In FIG. 4, the left side of the paper is the front in the transport direction, and the right side of the paper is the rear in the transport direction. In FIG. 5, the horizontal direction on the paper is the conveyance width direction.
The bucket 1 is integrally formed by injection molding using a desired molding material such as a synthetic resin material.
As shown in FIGS. 4 and 5, the bucket 1 has a lower front side wall 1a in the transport direction, a higher rear side wall 1b, and a front side wall 1a and an upper half side of the rear side wall 1b facing forward in the transport direction. And is formed in a substantially horizontally long rectangular box shape (box shape) long in the conveyance width direction in a plan view in which the bottom wall 1c side is curved.

Then, as shown in FIGS. 4 and 5, the bucket 1 is rearward at the height of the rear side wall 1 b from the upper end of the opening of the front side wall 1 a (rear in the conveying direction). 1d) having both side walls 1d extending in a substantially horizontal shape.
As shown in FIG. 7, the both side walls 1d include a continuous wall 1d-1 that connects the front side wall 1a and the rear side wall 1b, and an extended wall 1d- that extends rearward from the rear side wall 1b. The extended wall portion 1d-2 is positioned on the outside by the wall thickness from the continuous wall portion 1d-1 and extends rearward from the rear side wall 1b.
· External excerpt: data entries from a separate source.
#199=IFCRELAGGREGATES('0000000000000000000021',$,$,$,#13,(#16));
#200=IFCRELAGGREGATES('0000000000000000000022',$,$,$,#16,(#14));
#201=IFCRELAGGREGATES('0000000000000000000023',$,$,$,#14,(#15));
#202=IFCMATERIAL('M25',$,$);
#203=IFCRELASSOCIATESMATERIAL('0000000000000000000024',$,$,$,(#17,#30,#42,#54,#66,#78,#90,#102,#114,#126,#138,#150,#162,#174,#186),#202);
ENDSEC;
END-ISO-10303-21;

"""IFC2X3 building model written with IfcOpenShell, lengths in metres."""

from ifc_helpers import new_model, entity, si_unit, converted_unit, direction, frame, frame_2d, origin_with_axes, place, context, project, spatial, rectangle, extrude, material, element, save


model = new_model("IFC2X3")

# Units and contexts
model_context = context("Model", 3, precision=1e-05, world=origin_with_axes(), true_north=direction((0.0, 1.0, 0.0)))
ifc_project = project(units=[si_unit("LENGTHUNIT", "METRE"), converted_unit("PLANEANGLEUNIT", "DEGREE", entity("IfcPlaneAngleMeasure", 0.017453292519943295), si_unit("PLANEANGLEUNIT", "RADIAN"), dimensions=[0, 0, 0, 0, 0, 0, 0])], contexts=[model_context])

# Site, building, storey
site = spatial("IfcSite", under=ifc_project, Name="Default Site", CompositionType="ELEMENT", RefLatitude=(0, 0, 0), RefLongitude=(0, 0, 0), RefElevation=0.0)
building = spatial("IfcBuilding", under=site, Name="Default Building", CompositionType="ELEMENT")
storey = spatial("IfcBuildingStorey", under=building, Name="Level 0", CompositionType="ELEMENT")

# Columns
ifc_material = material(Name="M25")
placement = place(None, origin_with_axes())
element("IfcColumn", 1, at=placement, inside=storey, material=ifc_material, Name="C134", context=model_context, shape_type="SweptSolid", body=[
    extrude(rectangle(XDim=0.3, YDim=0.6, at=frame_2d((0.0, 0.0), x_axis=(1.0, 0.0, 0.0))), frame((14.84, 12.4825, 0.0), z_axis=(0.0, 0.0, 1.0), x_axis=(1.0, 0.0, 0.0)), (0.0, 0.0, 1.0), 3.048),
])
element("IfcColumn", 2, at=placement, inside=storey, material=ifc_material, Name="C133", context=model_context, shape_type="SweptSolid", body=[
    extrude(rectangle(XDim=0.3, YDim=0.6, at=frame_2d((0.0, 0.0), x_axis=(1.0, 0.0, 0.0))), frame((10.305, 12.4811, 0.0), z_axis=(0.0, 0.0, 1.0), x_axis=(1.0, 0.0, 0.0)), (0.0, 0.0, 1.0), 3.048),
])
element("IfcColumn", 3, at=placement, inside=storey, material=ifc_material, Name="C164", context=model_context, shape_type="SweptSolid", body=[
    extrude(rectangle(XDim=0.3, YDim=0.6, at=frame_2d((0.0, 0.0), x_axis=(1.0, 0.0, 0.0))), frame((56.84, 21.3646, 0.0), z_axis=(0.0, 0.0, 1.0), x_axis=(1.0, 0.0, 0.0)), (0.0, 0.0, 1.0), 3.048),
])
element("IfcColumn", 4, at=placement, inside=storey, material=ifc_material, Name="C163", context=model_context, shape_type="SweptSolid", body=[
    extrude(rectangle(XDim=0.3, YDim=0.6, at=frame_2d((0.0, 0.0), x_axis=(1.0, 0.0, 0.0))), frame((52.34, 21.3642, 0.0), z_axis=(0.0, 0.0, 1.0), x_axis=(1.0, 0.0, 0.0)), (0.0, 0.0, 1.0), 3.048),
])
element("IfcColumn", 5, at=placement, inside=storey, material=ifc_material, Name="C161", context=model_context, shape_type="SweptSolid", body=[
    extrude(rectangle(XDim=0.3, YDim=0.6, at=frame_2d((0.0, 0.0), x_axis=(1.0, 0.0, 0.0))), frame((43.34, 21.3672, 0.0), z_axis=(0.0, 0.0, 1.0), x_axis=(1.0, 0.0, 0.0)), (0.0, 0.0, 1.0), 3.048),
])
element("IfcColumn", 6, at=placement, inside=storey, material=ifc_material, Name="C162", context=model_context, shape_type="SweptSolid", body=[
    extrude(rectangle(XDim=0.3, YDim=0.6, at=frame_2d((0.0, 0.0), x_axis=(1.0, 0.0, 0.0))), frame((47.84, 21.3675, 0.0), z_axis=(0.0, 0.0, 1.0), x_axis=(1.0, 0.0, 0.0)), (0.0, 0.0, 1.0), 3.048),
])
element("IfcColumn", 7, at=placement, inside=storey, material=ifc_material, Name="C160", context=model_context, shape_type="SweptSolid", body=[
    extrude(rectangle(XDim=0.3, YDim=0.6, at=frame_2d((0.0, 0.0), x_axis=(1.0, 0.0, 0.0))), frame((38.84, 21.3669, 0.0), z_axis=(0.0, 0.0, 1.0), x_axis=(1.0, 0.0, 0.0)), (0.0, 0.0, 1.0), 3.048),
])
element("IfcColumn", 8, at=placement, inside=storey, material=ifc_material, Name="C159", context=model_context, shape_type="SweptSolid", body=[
That is, the continuous wall portion 1d-1 and the extended wall portion 1d-2 are connected in a stepped manner in plan view with the rear side wall 1b as a boundary.
Thereby, when each bucket 1 is connected endlessly in the conveyance direction, as shown in FIG. 9 described later, the extension wall portion 1d-2 of the front bucket 1-1 in the conveyance direction becomes the front bucket 1-2. It is made to superpose | polymerize on the outer side of the continuous wall part 1d-1. That is, by adopting a polymerization structure in which the extension wall portion 1d-2 is polymerized on the outside of the continuous wall portion 1d-1, the endless connection in the transport direction of the baguette 1 group is changed between the front and rear by the connecting rod 2. In cooperation with the connection, the connected state of the bucket 1 group is configured to move parallel to the conveying direction such as a belt conveyor.

  And the bucket 1 formed in this way is provided with front and rear connecting portions 16 and 17 for the connecting rod 2 on the front side wall 1a and the rear side wall 1b, respectively.
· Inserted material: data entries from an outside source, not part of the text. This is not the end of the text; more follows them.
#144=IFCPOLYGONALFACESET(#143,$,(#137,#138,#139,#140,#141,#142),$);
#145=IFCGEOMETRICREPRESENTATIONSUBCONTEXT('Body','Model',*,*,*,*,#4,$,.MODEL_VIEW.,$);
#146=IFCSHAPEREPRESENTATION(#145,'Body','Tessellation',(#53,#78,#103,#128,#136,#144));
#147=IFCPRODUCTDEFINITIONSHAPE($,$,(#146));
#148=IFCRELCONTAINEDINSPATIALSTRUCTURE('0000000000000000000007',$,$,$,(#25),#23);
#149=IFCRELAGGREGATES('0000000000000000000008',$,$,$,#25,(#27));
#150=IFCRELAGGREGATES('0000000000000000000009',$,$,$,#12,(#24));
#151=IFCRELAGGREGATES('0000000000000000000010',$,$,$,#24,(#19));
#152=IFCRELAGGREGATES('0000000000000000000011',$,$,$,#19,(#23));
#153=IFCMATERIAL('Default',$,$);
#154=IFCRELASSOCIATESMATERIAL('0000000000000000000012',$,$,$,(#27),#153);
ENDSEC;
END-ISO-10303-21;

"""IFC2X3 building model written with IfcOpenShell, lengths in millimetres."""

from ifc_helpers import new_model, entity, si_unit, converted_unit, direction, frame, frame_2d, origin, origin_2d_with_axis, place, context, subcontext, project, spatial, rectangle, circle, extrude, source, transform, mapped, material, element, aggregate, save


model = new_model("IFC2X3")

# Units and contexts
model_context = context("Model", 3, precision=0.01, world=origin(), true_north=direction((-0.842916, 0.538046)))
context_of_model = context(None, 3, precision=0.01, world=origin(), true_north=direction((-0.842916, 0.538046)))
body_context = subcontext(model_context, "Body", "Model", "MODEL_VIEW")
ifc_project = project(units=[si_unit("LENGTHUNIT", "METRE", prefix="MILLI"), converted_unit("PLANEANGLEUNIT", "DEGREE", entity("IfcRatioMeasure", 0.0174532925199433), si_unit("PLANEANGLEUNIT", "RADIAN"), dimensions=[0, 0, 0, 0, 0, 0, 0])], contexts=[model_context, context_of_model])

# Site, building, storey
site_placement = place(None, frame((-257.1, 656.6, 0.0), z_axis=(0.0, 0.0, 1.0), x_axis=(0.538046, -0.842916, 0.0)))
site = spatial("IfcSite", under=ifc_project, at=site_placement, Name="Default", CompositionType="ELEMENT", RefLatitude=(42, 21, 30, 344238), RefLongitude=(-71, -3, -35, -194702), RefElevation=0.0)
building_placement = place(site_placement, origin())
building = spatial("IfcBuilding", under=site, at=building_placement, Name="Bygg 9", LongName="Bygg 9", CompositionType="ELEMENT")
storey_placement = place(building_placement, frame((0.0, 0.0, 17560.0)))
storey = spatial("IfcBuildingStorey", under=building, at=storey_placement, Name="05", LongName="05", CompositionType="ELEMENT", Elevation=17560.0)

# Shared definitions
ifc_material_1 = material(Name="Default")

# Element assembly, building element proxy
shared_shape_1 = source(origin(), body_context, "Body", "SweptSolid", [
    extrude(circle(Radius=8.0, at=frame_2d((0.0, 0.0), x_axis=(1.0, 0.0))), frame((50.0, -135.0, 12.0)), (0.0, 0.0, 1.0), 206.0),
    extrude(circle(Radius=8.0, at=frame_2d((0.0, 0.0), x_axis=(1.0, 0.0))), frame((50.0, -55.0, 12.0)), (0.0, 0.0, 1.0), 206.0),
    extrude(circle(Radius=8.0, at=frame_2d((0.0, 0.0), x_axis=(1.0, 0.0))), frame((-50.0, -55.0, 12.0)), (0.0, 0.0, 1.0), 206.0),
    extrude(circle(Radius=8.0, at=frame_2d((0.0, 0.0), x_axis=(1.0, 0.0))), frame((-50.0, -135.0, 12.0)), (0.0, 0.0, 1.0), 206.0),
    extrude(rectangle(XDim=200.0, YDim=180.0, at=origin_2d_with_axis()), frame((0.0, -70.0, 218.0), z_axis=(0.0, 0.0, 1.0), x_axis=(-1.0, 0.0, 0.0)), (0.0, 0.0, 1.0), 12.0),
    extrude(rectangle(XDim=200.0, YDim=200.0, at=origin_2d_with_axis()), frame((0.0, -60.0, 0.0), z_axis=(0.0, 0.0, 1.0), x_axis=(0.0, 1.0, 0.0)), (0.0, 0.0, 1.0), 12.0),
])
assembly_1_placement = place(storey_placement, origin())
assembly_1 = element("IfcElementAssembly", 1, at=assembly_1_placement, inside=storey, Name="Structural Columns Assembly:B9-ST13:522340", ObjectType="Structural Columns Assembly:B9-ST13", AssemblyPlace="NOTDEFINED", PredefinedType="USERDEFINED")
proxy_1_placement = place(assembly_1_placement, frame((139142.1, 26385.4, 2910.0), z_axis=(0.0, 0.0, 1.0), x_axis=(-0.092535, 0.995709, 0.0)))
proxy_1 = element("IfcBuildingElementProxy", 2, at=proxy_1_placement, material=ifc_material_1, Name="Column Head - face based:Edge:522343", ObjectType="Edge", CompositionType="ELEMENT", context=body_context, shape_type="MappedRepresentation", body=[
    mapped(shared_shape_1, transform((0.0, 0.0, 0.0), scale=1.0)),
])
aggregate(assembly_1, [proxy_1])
≪Configuration of front connection part≫
As shown in FIG. 5, the front side connecting portion 16 is formed with an appropriate width (length) from each end surface portion on both sides of the upper end of the opening of the front side wall 1 a of the bucket 1. And this front side connection part 16 is provided with the rod connection recessed part 18 for fitting and latching to the connection rod 2 from the axial outer peripheral direction so that attachment or detachment is possible.

As shown in FIG. 4, the rod connecting recess 18 is formed in a substantially U shape in a downward side view directed forward in the transport direction. The rod connecting recess 18 includes a rod hooking portion 18a at the back of the groove for hooking the shaft outer peripheral surface of the connecting rod 2, and a rod insertion portion 18b extending from the rod hooking portion 18a to the front downward opening. The latching convex part 18-1 which is mutually formed in an inward convex shape is provided in the boundary part. That is, the latching convex portion 18-1 is formed in an inward convex shape so that the entrance from the rod insertion portion 18b to the rod latching portion 18a is narrower than the shaft diameter of the connecting rod 2.
As a result, the connecting rod 2 inserted from the rod insertion opening 18b toward the rod latching portion 18a pushes and spreads between the latching convex portions 18-1 against the elastic action (spring action). It engages with and engages with the engaging portion 18a. In other words, when the connecting rod 2 is fitted into the rod latching portion 18a and latched, the latching convex portion 18-1 is configured so that after the coupling rod 2 passes, the coupling rod 2 is grasped by the restoring force. Returning to the state, the shaft outer peripheral surface of the connecting rod 2 can be firmly held so as to prevent the connecting rod 2 from being inadvertently dropped under a resilient action.

  Then, the rod insertion portion 18b that opens forward and downward has a predetermined inclination angle θ that is downward toward the front in the transport direction from a line that is directly below the base point P with the axial center of the rod hooking portion 18a as a base point P. Is formed.

Although it does not specifically limit as downward inclination angle (theta) toward the front of the conveyance direction of the rod connection recessed part 18, In this embodiment, it sets to the range of 35-55 degrees. In particular, setting to 45 ° is preferable.
As a result, when the bucket 1 is removed from between the connecting rods 2 in the front and rear directions in the transport direction, the rear side of the bucket 1 with the rod hooking portion 18a of the rod connecting recess 18 as a rotation fulcrum as shown in FIG. An operation of pulling up the bucket 1 substantially upward is performed at a rotation position obtained by rotating the bucket 45 ° in a direction (counterclockwise direction) in which a rod connection recess 19 described later on the connection portion 17 side is detached from the connection rod 2. In this way, the rod connecting recess 18 of the front connecting portion 16 can be detached from the connecting rod 2.
That is, the bucket 1 is transported by separating the front connection portion 16 of the bucket 1 from the connection rod 2 by a series of separation operations with the rotation of the bucket 1 for separating the rear connection portion 17 of the bucket 1 from the connection rod 2. It can be removed from between the connecting rods 2 in the front and rear directions.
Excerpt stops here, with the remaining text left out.